It is good he has the self awareness not to mislead to a deadend.

 

This is true he may never have a "mainstream" life plan....actually I'm okay with that. For years I wanted to be an actress and that's a totally non-mainstream lifestyle and I identify with people who choose that route. I wouldn't have a problem with that per se.

 

I agree I'm so grateful that he was self-aware and mature enough to just tell me the truth about what he wanted and I could tell it wasn't easy....it didn't just roll off his tongue you know...he really thought about it as we talked which was refreshing. I sent him a quick text today actually, just thanking him for being so open with me....I know it takes courage to to be vulnerable...he should be rewarded for that. He may not respond at all and that's okay I just wanted to voice my appreciation.

 

So, I think you had your answer from him before today, when he wasn't that into seeing you again -he was non-commital which is consistent with his general view. No worries that you went out on the date with him, just not surprised at his reaction. My only point is that since this brings you down to this extent I would avoid seeing men who you make excuses for like you did for him -that he was "too busy"/with his friend/not that into planning, etc. Be a little more selective so that you don't have to subject yourself to this situation. I'm all for dating practice but not if on balance it's going to bring you down.

 

I think a person can be very ready to commit and also carefree and independent. My husband for example hates to plan when he doesn't have to but was very focused on committing to me and our family. And, for example, since he loves to travel he knows he has to be more organized/less carefree about plane reservations/hotels, etc especially because there is a family involved.

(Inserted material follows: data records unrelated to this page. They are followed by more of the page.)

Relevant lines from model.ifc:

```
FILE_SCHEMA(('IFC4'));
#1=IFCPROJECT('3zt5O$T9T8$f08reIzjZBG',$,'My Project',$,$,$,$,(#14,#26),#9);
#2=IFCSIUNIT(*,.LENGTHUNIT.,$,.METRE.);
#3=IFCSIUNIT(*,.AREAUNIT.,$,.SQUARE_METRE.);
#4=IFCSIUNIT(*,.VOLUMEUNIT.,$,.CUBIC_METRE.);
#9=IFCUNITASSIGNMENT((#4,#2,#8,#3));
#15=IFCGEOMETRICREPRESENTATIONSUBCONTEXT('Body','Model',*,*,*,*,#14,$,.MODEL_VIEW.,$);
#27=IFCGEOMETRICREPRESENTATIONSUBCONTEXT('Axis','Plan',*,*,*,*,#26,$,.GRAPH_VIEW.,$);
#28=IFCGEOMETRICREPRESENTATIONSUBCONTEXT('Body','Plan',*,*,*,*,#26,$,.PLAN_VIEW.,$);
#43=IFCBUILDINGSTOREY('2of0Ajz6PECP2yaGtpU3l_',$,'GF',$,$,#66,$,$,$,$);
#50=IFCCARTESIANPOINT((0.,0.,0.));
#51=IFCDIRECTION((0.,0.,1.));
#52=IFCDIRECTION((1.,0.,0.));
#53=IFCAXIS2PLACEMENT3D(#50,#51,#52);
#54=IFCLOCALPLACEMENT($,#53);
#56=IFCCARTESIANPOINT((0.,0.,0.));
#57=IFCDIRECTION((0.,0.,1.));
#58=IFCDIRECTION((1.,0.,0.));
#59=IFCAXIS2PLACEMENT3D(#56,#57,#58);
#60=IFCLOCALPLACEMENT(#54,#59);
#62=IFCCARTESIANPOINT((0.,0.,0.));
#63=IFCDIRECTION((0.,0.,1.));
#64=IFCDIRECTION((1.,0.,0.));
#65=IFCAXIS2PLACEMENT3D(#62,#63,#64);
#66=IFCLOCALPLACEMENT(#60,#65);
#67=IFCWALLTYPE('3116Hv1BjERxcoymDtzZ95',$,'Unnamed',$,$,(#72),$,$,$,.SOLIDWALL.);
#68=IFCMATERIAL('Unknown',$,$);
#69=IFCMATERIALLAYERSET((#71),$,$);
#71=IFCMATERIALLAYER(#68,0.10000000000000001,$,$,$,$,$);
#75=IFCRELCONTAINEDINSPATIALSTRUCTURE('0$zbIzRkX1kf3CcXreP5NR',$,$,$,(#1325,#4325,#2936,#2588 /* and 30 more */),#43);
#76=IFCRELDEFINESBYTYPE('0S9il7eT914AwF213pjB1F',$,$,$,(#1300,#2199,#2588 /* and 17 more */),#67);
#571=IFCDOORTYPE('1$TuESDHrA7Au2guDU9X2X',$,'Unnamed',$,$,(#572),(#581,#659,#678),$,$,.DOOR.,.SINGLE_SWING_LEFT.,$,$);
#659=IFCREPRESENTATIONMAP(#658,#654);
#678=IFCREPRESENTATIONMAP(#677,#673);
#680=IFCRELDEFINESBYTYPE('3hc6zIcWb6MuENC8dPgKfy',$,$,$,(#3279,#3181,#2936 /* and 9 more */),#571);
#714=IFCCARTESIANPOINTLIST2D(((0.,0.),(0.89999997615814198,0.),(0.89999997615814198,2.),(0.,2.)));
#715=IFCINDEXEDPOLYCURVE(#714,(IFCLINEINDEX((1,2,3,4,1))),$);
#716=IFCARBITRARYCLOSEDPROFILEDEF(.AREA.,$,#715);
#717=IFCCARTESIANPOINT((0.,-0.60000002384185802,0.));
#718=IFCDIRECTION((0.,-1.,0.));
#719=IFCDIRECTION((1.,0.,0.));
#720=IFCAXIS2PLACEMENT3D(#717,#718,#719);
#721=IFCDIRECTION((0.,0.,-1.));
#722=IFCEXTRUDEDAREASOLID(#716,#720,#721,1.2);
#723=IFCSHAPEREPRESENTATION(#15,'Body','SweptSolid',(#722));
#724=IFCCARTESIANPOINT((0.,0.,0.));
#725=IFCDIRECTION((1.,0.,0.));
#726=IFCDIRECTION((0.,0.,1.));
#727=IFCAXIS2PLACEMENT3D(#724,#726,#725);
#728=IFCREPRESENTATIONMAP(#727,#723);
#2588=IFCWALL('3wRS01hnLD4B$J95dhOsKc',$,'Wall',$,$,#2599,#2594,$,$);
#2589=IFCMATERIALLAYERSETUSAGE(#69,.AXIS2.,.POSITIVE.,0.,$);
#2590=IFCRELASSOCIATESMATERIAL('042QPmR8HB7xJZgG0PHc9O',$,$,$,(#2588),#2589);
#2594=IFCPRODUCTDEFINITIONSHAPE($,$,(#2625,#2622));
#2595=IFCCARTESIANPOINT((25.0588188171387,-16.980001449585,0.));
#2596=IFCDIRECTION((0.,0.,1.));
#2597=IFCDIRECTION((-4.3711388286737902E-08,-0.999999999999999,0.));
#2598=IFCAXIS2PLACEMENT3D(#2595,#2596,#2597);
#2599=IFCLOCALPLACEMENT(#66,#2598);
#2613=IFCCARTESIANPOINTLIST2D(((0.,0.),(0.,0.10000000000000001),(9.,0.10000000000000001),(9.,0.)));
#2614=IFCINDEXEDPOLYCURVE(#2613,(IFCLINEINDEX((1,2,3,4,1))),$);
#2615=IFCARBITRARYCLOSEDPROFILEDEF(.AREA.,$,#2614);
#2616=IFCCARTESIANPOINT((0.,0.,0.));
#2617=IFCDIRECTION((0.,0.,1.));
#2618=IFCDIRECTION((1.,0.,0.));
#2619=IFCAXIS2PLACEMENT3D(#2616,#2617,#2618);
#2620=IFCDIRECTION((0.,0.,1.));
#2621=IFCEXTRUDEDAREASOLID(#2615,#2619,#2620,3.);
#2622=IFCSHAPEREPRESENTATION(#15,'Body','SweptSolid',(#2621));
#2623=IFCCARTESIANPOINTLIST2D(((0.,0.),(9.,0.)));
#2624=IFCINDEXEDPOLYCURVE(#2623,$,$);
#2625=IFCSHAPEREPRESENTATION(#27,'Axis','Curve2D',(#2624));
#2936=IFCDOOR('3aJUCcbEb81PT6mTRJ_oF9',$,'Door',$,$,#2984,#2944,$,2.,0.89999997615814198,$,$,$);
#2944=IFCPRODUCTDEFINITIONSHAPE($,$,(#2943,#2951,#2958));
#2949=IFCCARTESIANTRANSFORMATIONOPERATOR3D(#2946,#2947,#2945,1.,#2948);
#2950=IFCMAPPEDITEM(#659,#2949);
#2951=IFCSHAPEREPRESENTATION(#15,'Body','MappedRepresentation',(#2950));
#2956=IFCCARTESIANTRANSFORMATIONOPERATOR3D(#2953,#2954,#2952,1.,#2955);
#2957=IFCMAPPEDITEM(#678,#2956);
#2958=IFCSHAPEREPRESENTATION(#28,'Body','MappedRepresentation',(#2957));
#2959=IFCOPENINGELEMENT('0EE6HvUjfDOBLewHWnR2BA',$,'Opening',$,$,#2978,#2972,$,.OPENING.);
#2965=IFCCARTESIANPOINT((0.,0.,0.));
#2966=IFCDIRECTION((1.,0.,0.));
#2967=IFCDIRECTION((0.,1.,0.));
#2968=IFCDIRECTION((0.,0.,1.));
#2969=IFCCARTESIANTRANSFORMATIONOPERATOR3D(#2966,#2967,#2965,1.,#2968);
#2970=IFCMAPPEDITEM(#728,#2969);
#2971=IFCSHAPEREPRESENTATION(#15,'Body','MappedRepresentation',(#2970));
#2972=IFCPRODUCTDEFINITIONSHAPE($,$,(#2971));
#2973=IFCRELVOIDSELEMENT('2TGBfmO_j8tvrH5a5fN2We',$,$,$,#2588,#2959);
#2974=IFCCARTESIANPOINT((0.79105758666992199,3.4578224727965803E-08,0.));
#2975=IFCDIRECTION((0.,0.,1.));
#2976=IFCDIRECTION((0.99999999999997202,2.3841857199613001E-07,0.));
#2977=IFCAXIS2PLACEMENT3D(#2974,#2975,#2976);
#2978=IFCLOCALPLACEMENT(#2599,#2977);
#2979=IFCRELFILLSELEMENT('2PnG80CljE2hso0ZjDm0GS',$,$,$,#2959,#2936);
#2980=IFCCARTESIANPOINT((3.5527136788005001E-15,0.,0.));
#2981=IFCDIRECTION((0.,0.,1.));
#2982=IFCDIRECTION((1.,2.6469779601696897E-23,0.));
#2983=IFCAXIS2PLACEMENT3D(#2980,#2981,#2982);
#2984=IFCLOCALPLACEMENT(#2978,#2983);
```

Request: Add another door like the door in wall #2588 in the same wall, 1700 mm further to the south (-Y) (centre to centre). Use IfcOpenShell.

```python
import ifcopenshell
import ifcopenshell.api.feature
import ifcopenshell.api.geometry
import ifcopenshell.api.root
import ifcopenshell.geom
import ifcopenshell.util.element
import ifcopenshell.util.placement
import ifcopenshell.util.shape
import ifcopenshell.util.unit

model = ifcopenshell.open("model.ifc")
unit_scale = ifcopenshell.util.unit.calculate_unit_scale(model)
settings = ifcopenshell.geom.settings()


def volume(element):
    """Net volume in cubic metres, openings subtracted."""
    shape = ifcopenshell.geom.create_shape(settings, element)
    return ifcopenshell.util.shape.get_volume(shape.geometry)


door = model.by_guid("3aJUCcbEb81PT6mTRJ_oF9")
opening = door.FillsVoids[0].RelatingOpeningElement
wall = opening.VoidsElements[0].RelatingBuildingElement
before = volume(wall)
shift = ifcopenshell.util.placement.get_local_placement(wall.ObjectPlacement)[:3, 0] * 1.7 / unit_scale

# copy_class copies the void relationship, type, container and properties, but no geometry.
new_opening = ifcopenshell.api.root.copy_class(model, product=opening)
new_opening.Representation = ifcopenshell.util.element.copy_deep(
    model, opening.Representation, exclude=["IfcGeometricRepresentationContext", "IfcRepresentationMap"]
)
new_door = ifcopenshell.api.root.copy_class(model, product=door)
new_door.Representation = ifcopenshell.util.element.copy_deep(
    model, door.Representation, exclude=["IfcGeometricRepresentationContext", "IfcRepresentationMap"]
)
ifcopenshell.api.feature.add_filling(model, opening=new_opening, element=new_door)

for old, new in ((opening, new_opening), (door, new_door)):
    matrix = ifcopenshell.util.placement.get_local_placement(old.ObjectPlacement)
    matrix[:3, 3] += shift
    ifcopenshell.api.geometry.edit_object_placement(model, product=new, matrix=matrix, is_si=False)

after = volume(wall)

print(f"wall volume {before:.3f} -> {after:.3f} m3")

model.write("model_edited.ifc")
```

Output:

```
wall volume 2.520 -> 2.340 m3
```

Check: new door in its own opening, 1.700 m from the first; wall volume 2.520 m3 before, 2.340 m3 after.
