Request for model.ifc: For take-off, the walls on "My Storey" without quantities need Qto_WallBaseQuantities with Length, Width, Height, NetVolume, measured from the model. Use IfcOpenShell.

First a look at what the model holds.

```python
import ifcopenshell
import ifcopenshell.util.element
import ifcopenshell.util.unit

model = ifcopenshell.open("model.ifc")
print(model.schema)
for unit_type in ("LENGTHUNIT", "AREAUNIT", "VOLUMEUNIT"):
    print(unit_type, ifcopenshell.util.unit.calculate_unit_scale(model, unit_type))
storey = next(s for s in model.by_type("IfcBuildingStorey") if s.Name == "My Storey")
walls = [e for e in ifcopenshell.util.element.get_decomposition(storey) if e.is_a("IfcWall")]
for e in sorted(walls, key=lambda e: e.id()):
    print(e.id(), e.is_a(), e.Name, list(ifcopenshell.util.element.get_psets(e, qtos_only=True)), sep=" | ")
```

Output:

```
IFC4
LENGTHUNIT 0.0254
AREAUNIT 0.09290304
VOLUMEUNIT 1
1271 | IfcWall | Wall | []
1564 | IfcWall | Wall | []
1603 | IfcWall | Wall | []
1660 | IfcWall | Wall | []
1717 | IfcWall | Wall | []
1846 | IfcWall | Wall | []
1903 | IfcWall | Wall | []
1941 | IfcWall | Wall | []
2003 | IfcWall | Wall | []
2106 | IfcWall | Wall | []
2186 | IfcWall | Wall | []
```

```python
import ifcopenshell
import ifcopenshell.api.pset
import ifcopenshell.geom
import ifcopenshell.util.element
import ifcopenshell.util.shape
import ifcopenshell.util.unit

model = ifcopenshell.open("model.ifc")
unit_scale = ifcopenshell.util.unit.calculate_unit_scale(model)
volume_scale = ifcopenshell.util.unit.calculate_unit_scale(model, "VOLUMEUNIT")
settings = ifcopenshell.geom.settings()

storey = next(s for s in model.by_type("IfcBuildingStorey") if s.Name == "My Storey")
walls = [e for e in ifcopenshell.util.element.get_decomposition(storey) if e.is_a("IfcWall")]

for e in sorted(walls, key=lambda e: e.id()):
    if ifcopenshell.util.element.get_psets(e, qtos_only=True, should_inherit=False):
        continue
    # Geometry comes back in metres, in the element's own axes.
    shape = ifcopenshell.geom.create_shape(settings, e)
    values = {
        "Length": ifcopenshell.util.shape.get_x(shape.geometry) / unit_scale,
        "Width": ifcopenshell.util.shape.get_y(shape.geometry) / unit_scale,
        "Height": ifcopenshell.util.shape.get_z(shape.geometry) / unit_scale,
        "NetVolume": ifcopenshell.util.shape.get_volume(shape.geometry) / volume_scale,
    }
    qto = ifcopenshell.api.pset.add_qto(model, product=e, name="Qto_WallBaseQuantities")
    ifcopenshell.api.pset.edit_qto(model, qto=qto, properties=values)
    print(e.id(), {k: round(v, 3) for k, v in values.items()})

model.write("model_rev.ifc")
```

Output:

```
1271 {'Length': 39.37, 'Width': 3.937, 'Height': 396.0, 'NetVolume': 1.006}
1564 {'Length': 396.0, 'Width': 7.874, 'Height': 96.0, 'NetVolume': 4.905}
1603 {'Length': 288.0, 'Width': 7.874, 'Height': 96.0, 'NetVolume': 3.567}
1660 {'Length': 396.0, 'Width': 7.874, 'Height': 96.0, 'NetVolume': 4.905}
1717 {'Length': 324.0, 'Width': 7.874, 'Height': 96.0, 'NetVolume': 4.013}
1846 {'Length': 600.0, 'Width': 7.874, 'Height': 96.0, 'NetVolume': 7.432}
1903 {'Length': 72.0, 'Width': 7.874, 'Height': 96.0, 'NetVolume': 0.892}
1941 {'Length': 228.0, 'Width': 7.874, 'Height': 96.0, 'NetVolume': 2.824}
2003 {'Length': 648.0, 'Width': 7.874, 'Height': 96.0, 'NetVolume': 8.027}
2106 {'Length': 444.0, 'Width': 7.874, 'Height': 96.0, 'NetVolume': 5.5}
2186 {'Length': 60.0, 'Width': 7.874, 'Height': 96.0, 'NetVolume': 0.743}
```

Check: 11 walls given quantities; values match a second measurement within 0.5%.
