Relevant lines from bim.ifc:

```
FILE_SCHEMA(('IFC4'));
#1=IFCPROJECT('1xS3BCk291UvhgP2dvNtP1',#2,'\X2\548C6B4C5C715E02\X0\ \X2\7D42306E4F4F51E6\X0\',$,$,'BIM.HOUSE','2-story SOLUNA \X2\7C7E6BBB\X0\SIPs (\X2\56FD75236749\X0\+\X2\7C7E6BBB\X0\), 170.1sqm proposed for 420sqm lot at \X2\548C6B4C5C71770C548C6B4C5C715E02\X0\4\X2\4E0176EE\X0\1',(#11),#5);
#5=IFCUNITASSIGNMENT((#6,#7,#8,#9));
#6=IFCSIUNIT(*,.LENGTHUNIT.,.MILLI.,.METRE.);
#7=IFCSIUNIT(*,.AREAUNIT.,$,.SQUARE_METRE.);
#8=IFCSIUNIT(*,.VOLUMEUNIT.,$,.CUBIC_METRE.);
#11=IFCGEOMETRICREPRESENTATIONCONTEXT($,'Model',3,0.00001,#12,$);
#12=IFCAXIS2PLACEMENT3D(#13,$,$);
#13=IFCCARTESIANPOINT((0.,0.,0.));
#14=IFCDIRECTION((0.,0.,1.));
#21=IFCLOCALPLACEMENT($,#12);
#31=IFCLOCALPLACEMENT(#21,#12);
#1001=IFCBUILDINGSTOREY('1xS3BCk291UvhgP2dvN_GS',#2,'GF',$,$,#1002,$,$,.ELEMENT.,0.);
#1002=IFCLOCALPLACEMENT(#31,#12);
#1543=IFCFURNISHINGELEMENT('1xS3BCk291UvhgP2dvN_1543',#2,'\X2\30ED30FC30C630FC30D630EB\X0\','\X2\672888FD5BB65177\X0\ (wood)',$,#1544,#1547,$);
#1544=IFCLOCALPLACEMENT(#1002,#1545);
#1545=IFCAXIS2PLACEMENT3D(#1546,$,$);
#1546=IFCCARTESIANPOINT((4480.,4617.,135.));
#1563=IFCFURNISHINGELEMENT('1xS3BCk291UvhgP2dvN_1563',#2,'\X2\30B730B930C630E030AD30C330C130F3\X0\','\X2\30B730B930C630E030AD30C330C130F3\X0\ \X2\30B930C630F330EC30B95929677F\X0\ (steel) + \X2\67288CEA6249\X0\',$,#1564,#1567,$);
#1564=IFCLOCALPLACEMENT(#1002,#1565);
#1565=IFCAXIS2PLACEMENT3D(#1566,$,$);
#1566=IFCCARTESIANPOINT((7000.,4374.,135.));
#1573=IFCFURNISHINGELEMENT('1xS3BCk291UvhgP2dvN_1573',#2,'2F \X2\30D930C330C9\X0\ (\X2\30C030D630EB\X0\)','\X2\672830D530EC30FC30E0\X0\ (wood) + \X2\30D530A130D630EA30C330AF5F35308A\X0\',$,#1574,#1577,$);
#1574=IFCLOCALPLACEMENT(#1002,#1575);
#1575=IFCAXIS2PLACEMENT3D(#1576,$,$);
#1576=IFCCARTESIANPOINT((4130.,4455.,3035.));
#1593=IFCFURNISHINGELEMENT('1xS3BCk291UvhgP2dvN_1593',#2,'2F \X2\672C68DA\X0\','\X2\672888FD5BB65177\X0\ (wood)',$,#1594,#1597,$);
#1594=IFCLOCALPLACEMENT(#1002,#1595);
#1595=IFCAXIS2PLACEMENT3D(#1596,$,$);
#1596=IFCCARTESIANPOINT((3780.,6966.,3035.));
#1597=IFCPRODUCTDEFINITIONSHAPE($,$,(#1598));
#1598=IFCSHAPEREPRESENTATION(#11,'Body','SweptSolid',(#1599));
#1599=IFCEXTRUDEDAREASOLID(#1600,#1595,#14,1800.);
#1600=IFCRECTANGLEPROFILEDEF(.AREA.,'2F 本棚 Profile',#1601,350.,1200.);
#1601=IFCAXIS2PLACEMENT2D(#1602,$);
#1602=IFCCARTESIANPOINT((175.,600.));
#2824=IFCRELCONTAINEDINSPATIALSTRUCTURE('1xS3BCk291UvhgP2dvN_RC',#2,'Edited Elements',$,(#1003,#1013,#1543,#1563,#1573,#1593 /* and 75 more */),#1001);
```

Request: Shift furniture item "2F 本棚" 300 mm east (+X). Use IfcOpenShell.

```python
import ifcopenshell
import ifcopenshell.api.geometry
import ifcopenshell.util.placement
import ifcopenshell.util.unit

model = ifcopenshell.open("bim.ifc")
unit_scale = ifcopenshell.util.unit.calculate_unit_scale(model)

item = model.by_guid("1xS3BCk291UvhgP2dvN_1593")
matrix = ifcopenshell.util.placement.get_local_placement(item.ObjectPlacement)
matrix[0, 3] += 0.3 / unit_scale
ifcopenshell.api.geometry.edit_object_placement(model, product=item, matrix=matrix, is_si=False)

print(ifcopenshell.util.placement.get_local_placement(item.ObjectPlacement).round(3) + 0.0)

model.write("bim_rev.ifc")
```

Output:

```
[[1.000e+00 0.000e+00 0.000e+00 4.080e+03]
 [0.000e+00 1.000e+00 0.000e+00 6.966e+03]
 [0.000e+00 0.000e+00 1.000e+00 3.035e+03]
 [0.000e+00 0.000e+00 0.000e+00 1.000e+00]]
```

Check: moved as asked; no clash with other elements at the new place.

Laid back and invested in getting to know you with long term potential are perfectly consistent.

 

Yes, I think I had a hint that this could be the answer. Maybe there was a tad bit of denial going on but also I have this string need to give people the benefit of the doubt I can't write off every buys guy as not interested. I think for 1-2 dates his level of communication and interest were actually right on. I need to expect this and then just be happy if I happen to get more instead of expecting more and being disappointed.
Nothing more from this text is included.